Task instructions: In the entries that follow, find the word "Unnamed" and report each line it is on.

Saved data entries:
☆ ☆ ☆ ☆ ☆ ☆ ☆

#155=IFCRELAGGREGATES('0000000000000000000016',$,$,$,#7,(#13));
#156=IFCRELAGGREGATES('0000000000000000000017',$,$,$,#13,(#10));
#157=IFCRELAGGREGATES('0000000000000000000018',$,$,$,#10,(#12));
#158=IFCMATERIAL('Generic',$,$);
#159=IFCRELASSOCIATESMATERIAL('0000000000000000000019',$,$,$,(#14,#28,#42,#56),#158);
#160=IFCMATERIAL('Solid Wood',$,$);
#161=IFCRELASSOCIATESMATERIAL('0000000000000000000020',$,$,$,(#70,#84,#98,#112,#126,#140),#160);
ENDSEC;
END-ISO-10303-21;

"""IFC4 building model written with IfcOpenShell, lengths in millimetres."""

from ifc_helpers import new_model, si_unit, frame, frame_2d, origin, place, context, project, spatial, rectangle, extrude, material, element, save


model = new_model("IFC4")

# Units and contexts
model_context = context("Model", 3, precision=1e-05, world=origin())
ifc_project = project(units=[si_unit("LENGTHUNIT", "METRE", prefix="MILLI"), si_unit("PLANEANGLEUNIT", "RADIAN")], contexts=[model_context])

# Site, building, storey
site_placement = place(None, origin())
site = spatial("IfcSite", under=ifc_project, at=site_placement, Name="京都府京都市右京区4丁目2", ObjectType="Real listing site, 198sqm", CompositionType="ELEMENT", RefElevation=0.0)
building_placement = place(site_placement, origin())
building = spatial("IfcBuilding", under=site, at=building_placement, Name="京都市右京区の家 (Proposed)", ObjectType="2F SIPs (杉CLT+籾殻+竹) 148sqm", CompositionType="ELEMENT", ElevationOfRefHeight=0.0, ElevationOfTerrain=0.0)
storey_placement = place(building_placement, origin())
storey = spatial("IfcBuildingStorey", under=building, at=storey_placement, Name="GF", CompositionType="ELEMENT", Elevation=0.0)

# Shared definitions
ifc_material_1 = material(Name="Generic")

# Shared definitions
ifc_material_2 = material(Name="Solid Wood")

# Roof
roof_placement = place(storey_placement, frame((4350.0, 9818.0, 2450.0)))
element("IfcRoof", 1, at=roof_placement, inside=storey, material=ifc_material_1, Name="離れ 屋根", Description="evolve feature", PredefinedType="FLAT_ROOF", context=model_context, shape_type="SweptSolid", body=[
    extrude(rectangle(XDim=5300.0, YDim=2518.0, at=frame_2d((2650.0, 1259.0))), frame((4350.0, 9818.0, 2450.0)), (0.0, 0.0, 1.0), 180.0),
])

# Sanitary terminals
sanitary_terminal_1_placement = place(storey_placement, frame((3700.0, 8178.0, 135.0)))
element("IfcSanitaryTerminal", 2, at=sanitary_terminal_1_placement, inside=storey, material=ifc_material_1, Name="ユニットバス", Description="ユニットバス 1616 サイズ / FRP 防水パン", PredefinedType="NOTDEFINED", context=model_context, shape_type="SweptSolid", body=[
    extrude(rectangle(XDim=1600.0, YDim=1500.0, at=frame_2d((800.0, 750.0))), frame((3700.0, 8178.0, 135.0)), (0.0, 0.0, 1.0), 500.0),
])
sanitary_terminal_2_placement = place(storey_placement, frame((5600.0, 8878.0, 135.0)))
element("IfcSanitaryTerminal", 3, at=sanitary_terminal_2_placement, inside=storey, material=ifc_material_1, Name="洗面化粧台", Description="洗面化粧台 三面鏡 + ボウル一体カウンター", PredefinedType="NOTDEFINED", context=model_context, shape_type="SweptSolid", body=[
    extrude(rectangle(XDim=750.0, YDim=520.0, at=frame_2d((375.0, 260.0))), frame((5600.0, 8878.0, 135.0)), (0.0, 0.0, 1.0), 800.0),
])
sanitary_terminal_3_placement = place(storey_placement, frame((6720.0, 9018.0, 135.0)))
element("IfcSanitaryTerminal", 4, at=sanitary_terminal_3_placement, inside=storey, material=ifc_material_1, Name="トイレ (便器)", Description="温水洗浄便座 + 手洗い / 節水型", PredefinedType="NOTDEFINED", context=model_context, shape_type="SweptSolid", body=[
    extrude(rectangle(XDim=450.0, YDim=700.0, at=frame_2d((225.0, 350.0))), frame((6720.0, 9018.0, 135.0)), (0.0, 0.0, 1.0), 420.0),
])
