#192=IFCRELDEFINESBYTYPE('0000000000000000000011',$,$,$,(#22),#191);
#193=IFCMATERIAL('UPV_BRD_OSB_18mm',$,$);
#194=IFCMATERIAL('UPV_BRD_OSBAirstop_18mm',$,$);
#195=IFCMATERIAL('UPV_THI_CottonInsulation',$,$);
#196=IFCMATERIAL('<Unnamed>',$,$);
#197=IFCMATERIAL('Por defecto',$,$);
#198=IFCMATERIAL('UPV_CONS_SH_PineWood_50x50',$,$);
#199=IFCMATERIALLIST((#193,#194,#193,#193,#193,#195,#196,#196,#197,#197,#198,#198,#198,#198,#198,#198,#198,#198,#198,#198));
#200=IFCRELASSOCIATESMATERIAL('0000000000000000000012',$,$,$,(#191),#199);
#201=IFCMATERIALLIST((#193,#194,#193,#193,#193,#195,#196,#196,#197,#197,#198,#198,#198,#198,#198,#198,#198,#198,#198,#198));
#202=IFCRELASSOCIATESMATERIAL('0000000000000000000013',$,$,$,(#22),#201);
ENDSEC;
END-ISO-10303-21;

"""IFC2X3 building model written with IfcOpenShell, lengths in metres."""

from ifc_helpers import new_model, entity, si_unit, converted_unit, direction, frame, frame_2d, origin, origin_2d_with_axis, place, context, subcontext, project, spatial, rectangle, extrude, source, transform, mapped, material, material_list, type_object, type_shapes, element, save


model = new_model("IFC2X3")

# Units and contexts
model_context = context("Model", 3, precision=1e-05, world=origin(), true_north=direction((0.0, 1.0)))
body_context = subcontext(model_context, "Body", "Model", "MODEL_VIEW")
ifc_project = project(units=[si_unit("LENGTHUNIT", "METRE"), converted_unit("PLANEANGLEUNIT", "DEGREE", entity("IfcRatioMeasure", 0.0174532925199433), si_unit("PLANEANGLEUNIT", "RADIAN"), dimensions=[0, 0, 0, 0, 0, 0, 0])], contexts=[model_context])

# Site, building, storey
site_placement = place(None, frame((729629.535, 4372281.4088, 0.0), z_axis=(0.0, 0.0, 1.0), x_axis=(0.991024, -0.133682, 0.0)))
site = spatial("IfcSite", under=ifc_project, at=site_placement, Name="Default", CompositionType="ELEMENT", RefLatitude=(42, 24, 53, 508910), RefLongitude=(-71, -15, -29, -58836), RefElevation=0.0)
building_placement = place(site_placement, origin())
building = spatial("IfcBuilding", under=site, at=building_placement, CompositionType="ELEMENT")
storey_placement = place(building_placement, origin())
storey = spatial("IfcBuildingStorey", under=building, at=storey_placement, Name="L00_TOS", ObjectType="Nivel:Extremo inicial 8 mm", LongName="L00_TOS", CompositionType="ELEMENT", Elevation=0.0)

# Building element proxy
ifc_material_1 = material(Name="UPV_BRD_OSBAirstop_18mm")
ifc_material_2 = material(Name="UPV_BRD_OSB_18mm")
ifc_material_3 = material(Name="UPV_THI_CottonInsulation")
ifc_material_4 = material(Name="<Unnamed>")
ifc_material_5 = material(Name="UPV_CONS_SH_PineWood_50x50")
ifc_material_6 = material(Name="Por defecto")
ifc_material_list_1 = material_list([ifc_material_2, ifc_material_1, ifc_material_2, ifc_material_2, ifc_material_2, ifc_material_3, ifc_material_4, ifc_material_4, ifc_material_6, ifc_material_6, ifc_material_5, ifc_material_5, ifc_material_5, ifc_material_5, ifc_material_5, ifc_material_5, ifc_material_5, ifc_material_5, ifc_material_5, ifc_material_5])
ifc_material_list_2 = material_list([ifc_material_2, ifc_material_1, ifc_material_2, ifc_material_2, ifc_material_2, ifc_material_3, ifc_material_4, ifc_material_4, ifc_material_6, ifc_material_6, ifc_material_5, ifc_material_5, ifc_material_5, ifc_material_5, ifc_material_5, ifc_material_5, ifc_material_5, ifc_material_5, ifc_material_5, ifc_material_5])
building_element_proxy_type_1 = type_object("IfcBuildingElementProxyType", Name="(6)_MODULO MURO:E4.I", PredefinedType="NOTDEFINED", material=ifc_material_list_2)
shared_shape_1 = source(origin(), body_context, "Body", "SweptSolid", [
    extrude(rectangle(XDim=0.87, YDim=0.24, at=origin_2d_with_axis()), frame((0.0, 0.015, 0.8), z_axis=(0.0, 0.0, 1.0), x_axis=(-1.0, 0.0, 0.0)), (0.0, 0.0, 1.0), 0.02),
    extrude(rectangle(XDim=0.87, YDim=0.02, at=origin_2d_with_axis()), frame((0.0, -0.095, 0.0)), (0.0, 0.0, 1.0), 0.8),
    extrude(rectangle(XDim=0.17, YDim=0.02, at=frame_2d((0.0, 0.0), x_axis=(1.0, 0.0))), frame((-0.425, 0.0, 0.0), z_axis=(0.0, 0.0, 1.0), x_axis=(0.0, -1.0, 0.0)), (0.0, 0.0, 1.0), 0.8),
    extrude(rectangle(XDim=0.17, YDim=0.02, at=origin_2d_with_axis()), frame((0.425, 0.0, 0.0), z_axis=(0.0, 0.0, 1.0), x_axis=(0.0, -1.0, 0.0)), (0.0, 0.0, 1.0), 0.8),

☆ ☆ ☆ ☆ ☆ ☆ ☆

Exercise answer:
#196=IFCMATERIAL('<Unnamed>',$,$);
ifc_material_4 = material(Name="<Unnamed>")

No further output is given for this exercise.